Now first blogger has stated repeatedly how uncomfortable she is with many aspects of Kink culture and BDSM at least partly due to her history as a rape survivor and has explained this while not telling people they are bad or wrong for liking Kink and BDSM.

So basically this second blogger made a donation to something that made the first blogger deeply uncomfortable and with which she wants nothing to do.

So basically this second blogger potentially risked triggering the first blogger and in my view their actions were a violation and deeply immature.

So if that, that is Sex-Positive Feminism then I want nowt to do with it. Because I honestly think that such behaviour is horrifying.

CassandraSays
CassandraSays
11 years ago

Even then, with Savage, you better share all of his sexual likes or you’re a prude who deserves to be cheated on.

I could see describing sex education programs whose message is “sex is dirty and dangerous and if you do it before marriage you’ll be as gross as a piece of chewed-up gum” as sex-negative, but that isn’t how the term is typically used. Given how it is used, and how easily it can be co-opted as a means of coercion, I’d rather it just go away.

katz
11 years ago

Avicenna, thank you for that context. (If anyone missed his comment, it’s here.)

cloudiah
11 years ago

Well I see I slept through a really interesting discussion again, but I like where it seems to have shaken out. I’ve never really been comfortable with that “sex-positive” phrasing, but couldn’t really articulate why and now, thanks to you all, I feel like I can. And I didn’t even need to do any of the intellectual work! 😀

thebionicmommy
thebionicmommy
11 years ago

I do like the idea of sex positive feminism, but I agree that it can also be done in ways that are harmful. Okay, the best thing about sex positive feminism, in my opinion, is that it gives young women a place where they won’t feel ashamed of having a strong libido or enjoying kinky sex. In a world full of slut shaming, sex positive feminism is like a safe haven for women to speak freely about their sexuality without being embarrassed.

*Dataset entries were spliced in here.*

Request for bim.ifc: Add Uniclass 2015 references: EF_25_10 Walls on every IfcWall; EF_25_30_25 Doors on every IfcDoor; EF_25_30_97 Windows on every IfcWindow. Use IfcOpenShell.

First a look at what the model holds.

```python
import ifcopenshell

model = ifcopenshell.open("bim.ifc")
print(model.schema)
print("classifications:", [c.Name for c in model.by_type("IfcClassification")])
for ifc_class in ("IfcDoor", "IfcRoof", "IfcStair", "IfcWall", "IfcWindow"):
    print(ifc_class, len(model.by_type(ifc_class)))
```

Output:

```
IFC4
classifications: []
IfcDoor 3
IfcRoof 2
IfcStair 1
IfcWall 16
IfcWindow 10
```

```python
import ifcopenshell
import ifcopenshell.api.classification

model = ifcopenshell.open("bim.ifc")

system = ifcopenshell.api.classification.add_classification(model, classification="Uniclass 2015")

codes = {
    "IfcWall": ("EF_25_10", "Walls"),
    "IfcDoor": ("EF_25_30_25", "Doors"),
    "IfcWindow": ("EF_25_30_97", "Windows"),
}
for ifc_class, (code, name) in codes.items():
    products = model.by_type(ifc_class)
    ifcopenshell.api.classification.add_reference(
        model, products=products, classification=system, identification=code, name=name
    )
    print(code, len(products))

model.write("bim_updated.ifc")
```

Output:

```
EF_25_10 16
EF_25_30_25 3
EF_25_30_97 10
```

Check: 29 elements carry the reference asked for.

However, it is wrong when some sex positive feminists then turn it around and try to shame asexuals or anyone that prefers “vanilla” sex instead of kinky sex. Then it’s just replacing one kind of shame with another, and that seems to go against the whole point.

YoullNeverGuess
11 years ago

My understanding of sex-positive is that it is pro-pornography and sex work if – and it’s a big IF – those in the trade are not exploited. I think it also divorces people’s sexual fantasies from the way they conduct themselves in the rest of their lives. There are still some edge cases there – I don’t know if there is such a thing as a non-practicing pedophile, for instance. I think there’s also a big side of “lipstick feminism” thrown in for good measure, and acceptance of trans-gender.

I think we still have a LOT to learn about human sexuality. Feminism’s understanding is evolving as well, and I think it will continue. It’s a difficult topic, because obviously, we ARE sexual, and an enlightened understanding needs to include sexual pleasure… but sex can also cause some of the deepest hurts in human experience. It always strikes me that in some parts of the world women still don’t have the right to insist their husbands wear condoms, while in the West, we are fighting for more social acceptance of “sluts.” We’re fighting for the right to say no to some sex, yes to other sex… it’s complicated.

I would think that sex positive feminists would encourage people to make their own choices about their sexuality. It’s unfortunate that people would use the label to say, “you must be like me,” or to erase the experience of rape survivors. I don’t understand that at all.

Ally S
11 years ago

It’s a difficult topic, because obviously, we ARE sexual, and an enlightened understanding needs to include sexual pleasure…

What do you mean by “We are sexual?” I want to give you the benefit of doubt, but it sounds like you’re erasing asexual people. Please correct me if I’m wrong.

scarlettpipstrelle
11 years ago

That’s gotta be the best, most accurate, picture of Elam EVER.